C’est devenu un secret de Polichinelle, les médias s’en rendent aussi compte : les quincailleries et centres de rénovation sont victimes de leurs succès. L’approvisionnement dans la marchandise saisonnière et importée est retardé par un véritable bouquet d’éléments qui convergent vers une cause : la COVID-19.
D’abord, il y a eu l’incertitude. Pendant quelques semaines qui ont semblé une éternité, en mars, un mois-charnière où quincailleries et centres de rénovation passent normalement beaucoup de commandes, on ignorait si nos commerces allaient pouvoir ouvrir alors que le gouvernement envoyait des messages de mise en parenthèses de toute activité commerciale.
On connaît le dénouement : les quincailleries et centres de rénovation ont été considérés au Québec comme commerces essentiels. Et là, ça a été l’engouement. Le consommateur a renoué par la force avec les joies du cocooning, du bricolage, de la réno, puis du jardinage.
Le boum a provoqué des croissances de chiffres d’affaires, de factures moyennes, de taux de conversion, c’est-à-dire que le nombre de personnes qui entrent en magasin pour en ressortir avec un achat a frôlé les 100 %.
Tout ceci a fait fondre sous les rayons du soleil naissant la marchandise disponible dans plusieurs départements liés à la vie sur la terrasse et dans la cour; par exemple, l’ameublement d’extérieur, les BBQ, la construction et la rénovation d’aménagements de vie recluse, mais agréable.
C’est d’abord dans le saisonnier qu’on constate notre grave dépendance envers les contrées asiatiques qui, avec la Chine en tête, avaient beaucoup de pain sur la planche du coronavirus avant de pouvoir reprendre les livraisons de produits vers le marché nord-américain.
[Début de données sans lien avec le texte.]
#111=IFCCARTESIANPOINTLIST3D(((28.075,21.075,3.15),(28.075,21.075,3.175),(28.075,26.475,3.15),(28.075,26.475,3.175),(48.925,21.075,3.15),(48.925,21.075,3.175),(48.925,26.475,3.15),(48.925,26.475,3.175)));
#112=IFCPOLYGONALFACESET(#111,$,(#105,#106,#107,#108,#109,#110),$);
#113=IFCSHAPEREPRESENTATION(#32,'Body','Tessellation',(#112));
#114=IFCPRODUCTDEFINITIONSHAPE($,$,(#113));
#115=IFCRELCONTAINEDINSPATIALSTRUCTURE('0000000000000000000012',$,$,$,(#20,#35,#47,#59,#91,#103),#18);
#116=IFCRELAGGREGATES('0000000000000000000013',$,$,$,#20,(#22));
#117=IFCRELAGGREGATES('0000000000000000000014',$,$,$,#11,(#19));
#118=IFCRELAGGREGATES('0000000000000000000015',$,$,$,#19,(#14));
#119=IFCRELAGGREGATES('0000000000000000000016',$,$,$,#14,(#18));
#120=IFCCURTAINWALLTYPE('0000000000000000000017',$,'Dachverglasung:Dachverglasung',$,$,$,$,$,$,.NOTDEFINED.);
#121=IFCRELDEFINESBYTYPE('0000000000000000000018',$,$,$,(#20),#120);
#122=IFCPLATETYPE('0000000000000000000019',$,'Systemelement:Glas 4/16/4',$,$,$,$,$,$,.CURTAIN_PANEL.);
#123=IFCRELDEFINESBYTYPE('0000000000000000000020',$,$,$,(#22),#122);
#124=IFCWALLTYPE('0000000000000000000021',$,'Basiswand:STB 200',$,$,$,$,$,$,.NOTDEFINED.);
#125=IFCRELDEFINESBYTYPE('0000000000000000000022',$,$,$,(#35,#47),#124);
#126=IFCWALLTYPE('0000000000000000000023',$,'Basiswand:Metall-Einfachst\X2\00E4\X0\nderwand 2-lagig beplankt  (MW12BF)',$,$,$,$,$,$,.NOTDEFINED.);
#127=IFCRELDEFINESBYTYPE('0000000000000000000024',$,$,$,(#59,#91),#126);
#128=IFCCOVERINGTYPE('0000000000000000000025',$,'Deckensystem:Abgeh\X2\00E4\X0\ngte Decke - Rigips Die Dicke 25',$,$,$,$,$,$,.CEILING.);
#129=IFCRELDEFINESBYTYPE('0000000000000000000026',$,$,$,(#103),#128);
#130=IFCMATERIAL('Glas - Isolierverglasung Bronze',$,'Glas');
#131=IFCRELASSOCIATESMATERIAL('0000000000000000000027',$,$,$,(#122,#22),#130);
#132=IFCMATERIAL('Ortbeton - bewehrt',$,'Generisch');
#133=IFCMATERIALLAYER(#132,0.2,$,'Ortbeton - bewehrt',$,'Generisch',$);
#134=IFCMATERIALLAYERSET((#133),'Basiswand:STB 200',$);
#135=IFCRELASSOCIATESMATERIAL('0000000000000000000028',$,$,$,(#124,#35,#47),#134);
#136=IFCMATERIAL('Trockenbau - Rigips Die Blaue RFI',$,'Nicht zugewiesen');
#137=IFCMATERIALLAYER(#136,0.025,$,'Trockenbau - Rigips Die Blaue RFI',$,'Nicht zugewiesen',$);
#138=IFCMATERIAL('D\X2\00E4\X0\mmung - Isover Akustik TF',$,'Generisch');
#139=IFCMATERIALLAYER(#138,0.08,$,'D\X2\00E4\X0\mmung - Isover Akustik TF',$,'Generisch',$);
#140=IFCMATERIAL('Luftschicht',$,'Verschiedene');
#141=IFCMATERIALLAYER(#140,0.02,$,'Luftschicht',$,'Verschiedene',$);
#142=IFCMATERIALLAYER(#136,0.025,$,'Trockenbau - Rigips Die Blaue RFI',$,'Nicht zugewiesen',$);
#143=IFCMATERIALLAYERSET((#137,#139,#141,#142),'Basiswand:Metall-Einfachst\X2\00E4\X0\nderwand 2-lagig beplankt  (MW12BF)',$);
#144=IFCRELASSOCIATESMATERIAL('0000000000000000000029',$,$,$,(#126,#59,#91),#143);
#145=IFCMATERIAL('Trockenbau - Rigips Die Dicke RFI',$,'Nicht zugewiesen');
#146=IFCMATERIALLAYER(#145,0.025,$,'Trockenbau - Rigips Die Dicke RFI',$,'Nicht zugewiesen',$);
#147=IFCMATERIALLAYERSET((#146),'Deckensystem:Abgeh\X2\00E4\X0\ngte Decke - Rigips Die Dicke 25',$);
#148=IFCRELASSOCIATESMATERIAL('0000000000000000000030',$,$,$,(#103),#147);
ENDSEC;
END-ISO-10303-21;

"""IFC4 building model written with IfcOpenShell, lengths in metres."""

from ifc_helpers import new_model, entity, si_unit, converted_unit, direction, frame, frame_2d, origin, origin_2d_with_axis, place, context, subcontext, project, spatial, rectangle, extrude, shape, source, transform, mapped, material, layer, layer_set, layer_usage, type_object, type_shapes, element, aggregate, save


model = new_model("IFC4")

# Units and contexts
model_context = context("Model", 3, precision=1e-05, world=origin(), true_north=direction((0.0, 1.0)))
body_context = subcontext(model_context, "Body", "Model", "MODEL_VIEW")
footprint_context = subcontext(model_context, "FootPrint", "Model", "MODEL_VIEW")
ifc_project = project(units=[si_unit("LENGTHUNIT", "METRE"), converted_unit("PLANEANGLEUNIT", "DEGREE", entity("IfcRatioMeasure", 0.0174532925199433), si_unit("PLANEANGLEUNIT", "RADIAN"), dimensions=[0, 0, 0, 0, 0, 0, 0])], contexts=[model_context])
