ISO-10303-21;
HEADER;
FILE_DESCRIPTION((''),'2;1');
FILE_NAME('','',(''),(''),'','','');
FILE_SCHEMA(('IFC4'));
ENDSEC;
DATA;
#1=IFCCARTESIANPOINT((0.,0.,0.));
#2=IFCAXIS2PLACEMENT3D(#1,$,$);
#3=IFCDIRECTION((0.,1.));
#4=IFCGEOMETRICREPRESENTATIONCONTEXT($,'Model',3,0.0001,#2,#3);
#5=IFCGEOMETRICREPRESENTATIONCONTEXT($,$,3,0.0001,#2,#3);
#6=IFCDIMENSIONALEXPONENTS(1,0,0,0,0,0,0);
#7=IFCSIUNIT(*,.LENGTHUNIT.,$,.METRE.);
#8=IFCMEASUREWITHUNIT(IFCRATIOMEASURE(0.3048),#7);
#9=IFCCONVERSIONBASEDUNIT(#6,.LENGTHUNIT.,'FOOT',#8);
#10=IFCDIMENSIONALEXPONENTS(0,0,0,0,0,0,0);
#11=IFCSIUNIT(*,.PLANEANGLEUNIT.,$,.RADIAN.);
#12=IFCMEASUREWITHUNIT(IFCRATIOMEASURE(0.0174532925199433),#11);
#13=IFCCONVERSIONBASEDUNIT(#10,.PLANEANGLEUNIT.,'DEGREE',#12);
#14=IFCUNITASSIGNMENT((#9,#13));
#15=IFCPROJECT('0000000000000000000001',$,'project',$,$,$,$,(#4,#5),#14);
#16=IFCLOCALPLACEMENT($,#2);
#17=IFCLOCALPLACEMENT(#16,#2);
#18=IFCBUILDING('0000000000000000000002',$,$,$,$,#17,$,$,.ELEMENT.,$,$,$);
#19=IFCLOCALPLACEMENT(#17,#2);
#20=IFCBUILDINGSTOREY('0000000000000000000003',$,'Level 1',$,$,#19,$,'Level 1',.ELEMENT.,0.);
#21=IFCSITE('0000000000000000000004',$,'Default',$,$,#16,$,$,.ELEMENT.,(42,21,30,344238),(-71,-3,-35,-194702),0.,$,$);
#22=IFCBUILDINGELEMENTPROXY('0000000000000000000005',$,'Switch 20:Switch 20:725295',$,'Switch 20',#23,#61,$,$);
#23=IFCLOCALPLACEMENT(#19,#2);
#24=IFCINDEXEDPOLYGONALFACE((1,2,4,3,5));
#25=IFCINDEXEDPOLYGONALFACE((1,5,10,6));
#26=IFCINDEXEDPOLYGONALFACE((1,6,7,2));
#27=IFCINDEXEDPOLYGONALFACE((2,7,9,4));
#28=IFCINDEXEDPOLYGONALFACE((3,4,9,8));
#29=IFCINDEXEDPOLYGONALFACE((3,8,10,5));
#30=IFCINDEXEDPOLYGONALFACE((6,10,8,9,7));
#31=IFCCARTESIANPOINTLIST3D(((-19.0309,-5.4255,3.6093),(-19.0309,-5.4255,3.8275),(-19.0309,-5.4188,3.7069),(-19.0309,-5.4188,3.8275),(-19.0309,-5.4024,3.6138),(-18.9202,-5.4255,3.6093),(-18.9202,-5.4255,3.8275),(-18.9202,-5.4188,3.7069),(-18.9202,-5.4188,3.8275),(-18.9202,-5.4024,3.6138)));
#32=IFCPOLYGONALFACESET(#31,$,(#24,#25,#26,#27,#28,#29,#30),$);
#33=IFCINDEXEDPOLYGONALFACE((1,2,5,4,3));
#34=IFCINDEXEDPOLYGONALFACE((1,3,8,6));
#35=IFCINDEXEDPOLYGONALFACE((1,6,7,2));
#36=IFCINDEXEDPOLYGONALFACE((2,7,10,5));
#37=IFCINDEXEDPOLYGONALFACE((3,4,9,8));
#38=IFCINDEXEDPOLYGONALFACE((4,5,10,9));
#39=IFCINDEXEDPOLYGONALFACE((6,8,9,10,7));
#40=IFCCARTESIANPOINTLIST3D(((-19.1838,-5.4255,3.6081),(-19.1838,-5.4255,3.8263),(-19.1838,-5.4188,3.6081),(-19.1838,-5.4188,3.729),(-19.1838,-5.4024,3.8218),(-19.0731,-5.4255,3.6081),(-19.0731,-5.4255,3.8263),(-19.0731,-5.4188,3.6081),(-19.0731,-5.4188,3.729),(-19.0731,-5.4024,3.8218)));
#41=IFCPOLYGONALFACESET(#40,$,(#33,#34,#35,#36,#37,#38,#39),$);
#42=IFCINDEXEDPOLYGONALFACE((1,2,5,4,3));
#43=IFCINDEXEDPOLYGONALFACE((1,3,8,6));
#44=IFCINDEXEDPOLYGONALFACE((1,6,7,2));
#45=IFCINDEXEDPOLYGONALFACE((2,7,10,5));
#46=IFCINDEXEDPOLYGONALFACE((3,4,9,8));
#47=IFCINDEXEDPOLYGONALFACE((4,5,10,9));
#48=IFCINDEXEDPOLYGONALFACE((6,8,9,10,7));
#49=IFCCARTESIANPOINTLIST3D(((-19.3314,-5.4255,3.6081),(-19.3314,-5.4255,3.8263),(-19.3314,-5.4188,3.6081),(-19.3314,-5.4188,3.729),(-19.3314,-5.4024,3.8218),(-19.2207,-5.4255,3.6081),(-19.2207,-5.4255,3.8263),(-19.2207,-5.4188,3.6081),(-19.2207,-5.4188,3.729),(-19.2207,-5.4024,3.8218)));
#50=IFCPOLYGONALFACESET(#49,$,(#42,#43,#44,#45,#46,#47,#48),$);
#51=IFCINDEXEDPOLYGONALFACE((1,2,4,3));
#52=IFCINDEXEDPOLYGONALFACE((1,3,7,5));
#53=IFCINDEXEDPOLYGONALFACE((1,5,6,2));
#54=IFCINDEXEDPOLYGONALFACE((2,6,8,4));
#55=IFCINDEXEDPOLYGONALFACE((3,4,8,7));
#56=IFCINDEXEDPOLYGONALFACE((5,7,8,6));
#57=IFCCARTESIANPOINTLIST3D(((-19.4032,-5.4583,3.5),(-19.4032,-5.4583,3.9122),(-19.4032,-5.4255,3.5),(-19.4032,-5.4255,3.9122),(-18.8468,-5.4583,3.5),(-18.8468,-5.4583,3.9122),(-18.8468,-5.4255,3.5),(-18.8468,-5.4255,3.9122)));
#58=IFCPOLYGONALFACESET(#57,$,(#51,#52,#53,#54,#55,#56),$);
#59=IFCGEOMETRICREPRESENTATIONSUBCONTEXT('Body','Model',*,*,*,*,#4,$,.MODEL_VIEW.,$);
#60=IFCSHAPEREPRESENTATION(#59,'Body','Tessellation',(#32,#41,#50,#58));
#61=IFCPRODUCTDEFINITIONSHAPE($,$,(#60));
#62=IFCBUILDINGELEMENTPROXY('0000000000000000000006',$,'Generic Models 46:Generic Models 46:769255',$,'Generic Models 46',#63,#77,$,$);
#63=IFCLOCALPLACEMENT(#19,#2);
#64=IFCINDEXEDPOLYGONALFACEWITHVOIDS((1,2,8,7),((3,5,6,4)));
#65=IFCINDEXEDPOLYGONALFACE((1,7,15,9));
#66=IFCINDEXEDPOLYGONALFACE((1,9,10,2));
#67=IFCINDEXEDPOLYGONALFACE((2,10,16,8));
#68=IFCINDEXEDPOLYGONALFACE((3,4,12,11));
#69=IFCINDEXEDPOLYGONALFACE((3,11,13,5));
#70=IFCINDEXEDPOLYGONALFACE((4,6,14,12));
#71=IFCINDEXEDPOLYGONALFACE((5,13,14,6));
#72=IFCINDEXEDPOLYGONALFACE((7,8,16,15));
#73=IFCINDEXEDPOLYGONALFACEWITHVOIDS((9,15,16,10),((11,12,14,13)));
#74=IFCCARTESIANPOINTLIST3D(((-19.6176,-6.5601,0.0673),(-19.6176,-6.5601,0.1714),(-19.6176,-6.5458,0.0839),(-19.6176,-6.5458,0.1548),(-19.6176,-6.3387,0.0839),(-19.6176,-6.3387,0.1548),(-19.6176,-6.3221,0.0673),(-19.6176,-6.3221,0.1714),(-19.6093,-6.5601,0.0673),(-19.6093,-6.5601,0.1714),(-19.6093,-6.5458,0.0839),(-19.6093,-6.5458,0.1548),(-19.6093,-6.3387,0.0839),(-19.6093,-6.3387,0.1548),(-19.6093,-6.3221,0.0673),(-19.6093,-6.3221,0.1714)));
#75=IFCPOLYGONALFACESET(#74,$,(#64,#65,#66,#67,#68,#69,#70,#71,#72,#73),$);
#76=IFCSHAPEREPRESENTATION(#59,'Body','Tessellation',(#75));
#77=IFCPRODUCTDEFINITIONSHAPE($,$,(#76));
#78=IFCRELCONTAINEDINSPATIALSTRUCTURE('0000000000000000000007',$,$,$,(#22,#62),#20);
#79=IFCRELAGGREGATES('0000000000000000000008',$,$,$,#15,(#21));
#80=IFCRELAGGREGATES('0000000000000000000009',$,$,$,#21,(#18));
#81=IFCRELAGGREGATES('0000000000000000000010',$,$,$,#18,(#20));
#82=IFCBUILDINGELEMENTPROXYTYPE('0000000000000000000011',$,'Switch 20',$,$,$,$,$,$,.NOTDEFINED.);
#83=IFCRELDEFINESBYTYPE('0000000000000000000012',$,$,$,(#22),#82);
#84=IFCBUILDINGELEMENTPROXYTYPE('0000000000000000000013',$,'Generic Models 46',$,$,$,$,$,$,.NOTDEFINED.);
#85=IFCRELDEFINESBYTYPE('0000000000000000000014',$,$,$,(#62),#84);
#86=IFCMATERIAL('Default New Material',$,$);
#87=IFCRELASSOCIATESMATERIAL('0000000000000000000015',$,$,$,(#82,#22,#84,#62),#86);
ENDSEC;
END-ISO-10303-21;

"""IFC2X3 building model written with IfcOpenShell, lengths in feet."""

from ifc_helpers import new_model, entity, si_unit, converted_unit, direction, frame, frame_2d, origin, place, context, subcontext, project, spatial, polyline, rectangle, outline, extrude, source, transform, mapped, material, type_object, type_shapes, element, save


model = new_model("IFC2X3")

# Units and contexts
model_context = context("Model", 3, precision=0.0001, world=origin(), true_north=direction((0.0, 1.0)))
context_of_model = context(None, 3, precision=0.0001, world=origin(), true_north=direction((0.0, 1.0)))
body_context = subcontext(model_context, "Body", "Model", "MODEL_VIEW")
ifc_project = project(units=[converted_unit("LENGTHUNIT", "FOOT", entity("IfcRatioMeasure", 0.3048), si_unit("LENGTHUNIT", "METRE"), dimensions=[1, 0, 0, 0, 0, 0, 0]), converted_unit("PLANEANGLEUNIT", "DEGREE", entity("IfcRatioMeasure", 0.0174532925199433), si_unit("PLANEANGLEUNIT", "RADIAN"), dimensions=[0, 0, 0, 0, 0, 0, 0])], contexts=[model_context, context_of_model])

# Site, building, storey
site_placement = place(None, origin())
site = spatial("IfcSite", under=ifc_project, at=site_placement, Name="Default", CompositionType="ELEMENT", RefLatitude=(42, 21, 30, 344238), RefLongitude=(-71, -3, -35, -194702), RefElevation=0.0)
building_placement = place(site_placement, origin())
building = spatial("IfcBuilding", under=site, at=building_placement, CompositionType="ELEMENT")
storey_placement = place(building_placement, origin())
storey = spatial("IfcBuildingStorey", under=building, at=storey_placement, Name="Level 1", LongName="Level 1", CompositionType="ELEMENT", Elevation=0.0)

# Shared definitions
ifc_material_1 = material(Name="Default New Material")

# Building element proxies
building_element_proxy_type_1 = type_object("IfcBuildingElementProxyType", Name="Switch 20", PredefinedType="NOTDEFINED", material=ifc_material_1)
shared_shape_1 = source(origin(), body_context, "Body", "SweptSolid", [
    extrude(outline(polyline([(-0.0277, -0.1043), (-0.0042, -0.1043), (-0.0025, -0.0098), (0.0205, 0.1086), (0.0139, 0.1099), (-0.0277, -0.1043)])), frame((0.0941, 0.0402, 0.217), z_axis=(1.0, 0.0, 0.0), x_axis=(0.0, 0.981627, 0.190809)), (0.0, 0.0, 1.0), 0.1107),
    extrude(outline(polyline([(-0.1076, -0.0073), (0.1106, -0.0073), (0.1106, -0.0006), (-0.0103, -0.0006), (-0.1032, 0.0158), (-0.1076, -0.0073)])), frame((-0.0588, 0.0401, 0.2187), z_axis=(1.0, 0.0, 0.0), x_axis=(0.0, 0.0, -1.0)), (0.0, 0.0, 1.0), 0.1107),
    extrude(outline(polyline([(-0.1076, -0.0073), (0.1106, -0.0073), (0.1106, -0.0006), (-0.0103, -0.0006), (-0.1032, 0.0158), (-0.1076, -0.0073)])), frame((-0.2064, 0.0401, 0.2187), z_axis=(1.0, 0.0, 0.0), x_axis=(0.0, 0.0, -1.0)), (0.0, 0.0, 1.0), 0.1107),
    extrude(rectangle(XDim=0.0329, YDim=0.5563, at=frame_2d((0.0, 0.0), x_axis=(1.0, 0.0))), frame((0.0, 0.0164, 0.0), z_axis=(0.0, 0.0, 1.0), x_axis=(0.0, -1.0, 0.0)), (0.0, 0.0, 1.0), 0.4122),
])
type_shapes(building_element_proxy_type_1, [shared_shape_1])
proxy_1_placement = place(storey_placement, frame((-19.125, -5.4583, 3.5)))
element("IfcBuildingElementProxy", 1, at=proxy_1_placement, inside=storey, type_object=building_element_proxy_type_1, material=ifc_material_1, Name="Switch 20:Switch 20:725295", ObjectType="Switch 20", context=body_context, shape_type="MappedRepresentation", body=[
    mapped(shared_shape_1, transform((0.0, 0.0, 0.0), scale=1.0)),
])
building_element_proxy_type_2 = type_object("IfcBuildingElementProxyType", Name="Generic Models 46", PredefinedType="NOTDEFINED", material=ifc_material_1)
shared_shape_2 = source(origin(), body_context, "Body", "SweptSolid", [
    extrude(outline(polyline([(-0.0521, -0.119), (0.0521, -0.119), (0.0521, 0.119), (-0.0521, 0.119), (-0.0521, -0.119)]), holes=[polyline([(-0.0355, -0.1024), (-0.0355, 0.1047), (0.0355, 0.1047), (0.0355, -0.1024), (-0.0355, -0.1024)])]), frame((0.0, 0.119, 0.0521), z_axis=(1.0, 0.0, 0.0), x_axis=(0.0, 0.0, 1.0)), (0.0, 0.0, 1.0), 0.0083),
])
type_shapes(building_element_proxy_type_2, [shared_shape_2])
proxy_2_placement = place(storey_placement, frame((-19.6176, -6.5601, 0.0673)))
element("IfcBuildingElementProxy", 2, at=proxy_2_placement, inside=storey, type_object=building_element_proxy_type_2, material=ifc_material_1, Name="Generic Models 46:Generic Models 46:769255", ObjectType="Generic Models 46", context=body_context, shape_type="MappedRepresentation", body=[
    mapped(shared_shape_2, transform((0.0, 0.0, 0.0), scale=1.0)),
])

save(model, "model.ifc")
On veut tous encourager la production domestique, et plusieurs initiatives pointent en ce sens, mais le consommateur qui veut un parasol, il le veut tout de suite, pas en août.
Le regain du « Do-It–Yourself » a également eu pour effet que la disponibilité de plusieurs produits forestiers, notamment le bois traité, s’est évanouie ou a été proposée à des prix fous.
Soulignons à ce chapitre que la productivité dans les moulins à scie, dans les séchoirs et dans l’ensemble des usines en aval pour la transformation secondaire et tertiaire des produits consommables continue d’être ralentie par les mesures d’hygiène et de distanciation qui demeureront sans doute appliquées pour longtemps encore.
L’importance qu’a prise le commerce électronique a aussi contribué à vider les inventaires pour certaines marchandises et surtout, à générer la congestion du transport par camion, une industrie freinée par la disponibilité des véhicules et de la main-d’œuvre.
Pour tous les facteurs évoqués, le « taux de service » dans notre industrie tourne autour de 80 % alors que le seuil de satisfaction est fixé à 95 %. Je parle ici du pourcentage d’exactitude qualitative et quantitative de la marchandise qu’une quincaillerie reçoit précisément et au jour prévu qu’elle l’attend. « Du jamais vu depuis les 25 ans que je suis dans l’industrie! », confie un joueur-clé qui préfère l’anonymat.
Autre phénomène « jamais vu », c’est le nombre croissant de marchands qui supplient leurs concurrents de fermer le dimanche, car ils veulent aussi accéder à une pause, même que de plus en plus de magasins ferment dès midi le samedi tant leurs troupes sont lasses.
Terminons sur trois notes optimistes.
Premièrement, les marchands font de bonnes affaires, malgré les frais imputables à la gestion sanitaire.
Deuxièmement, les retards de livraison devraient être résorbés d’ici la fin juillet et la situation reviendra à la normale, si ce mot m’est encore permis.
Enfin, notre monde a compris la nécessité de s’ouvrir au e-commerce ainsi qu’à d’autres technologies facilitant les relations clients et fournisseurs.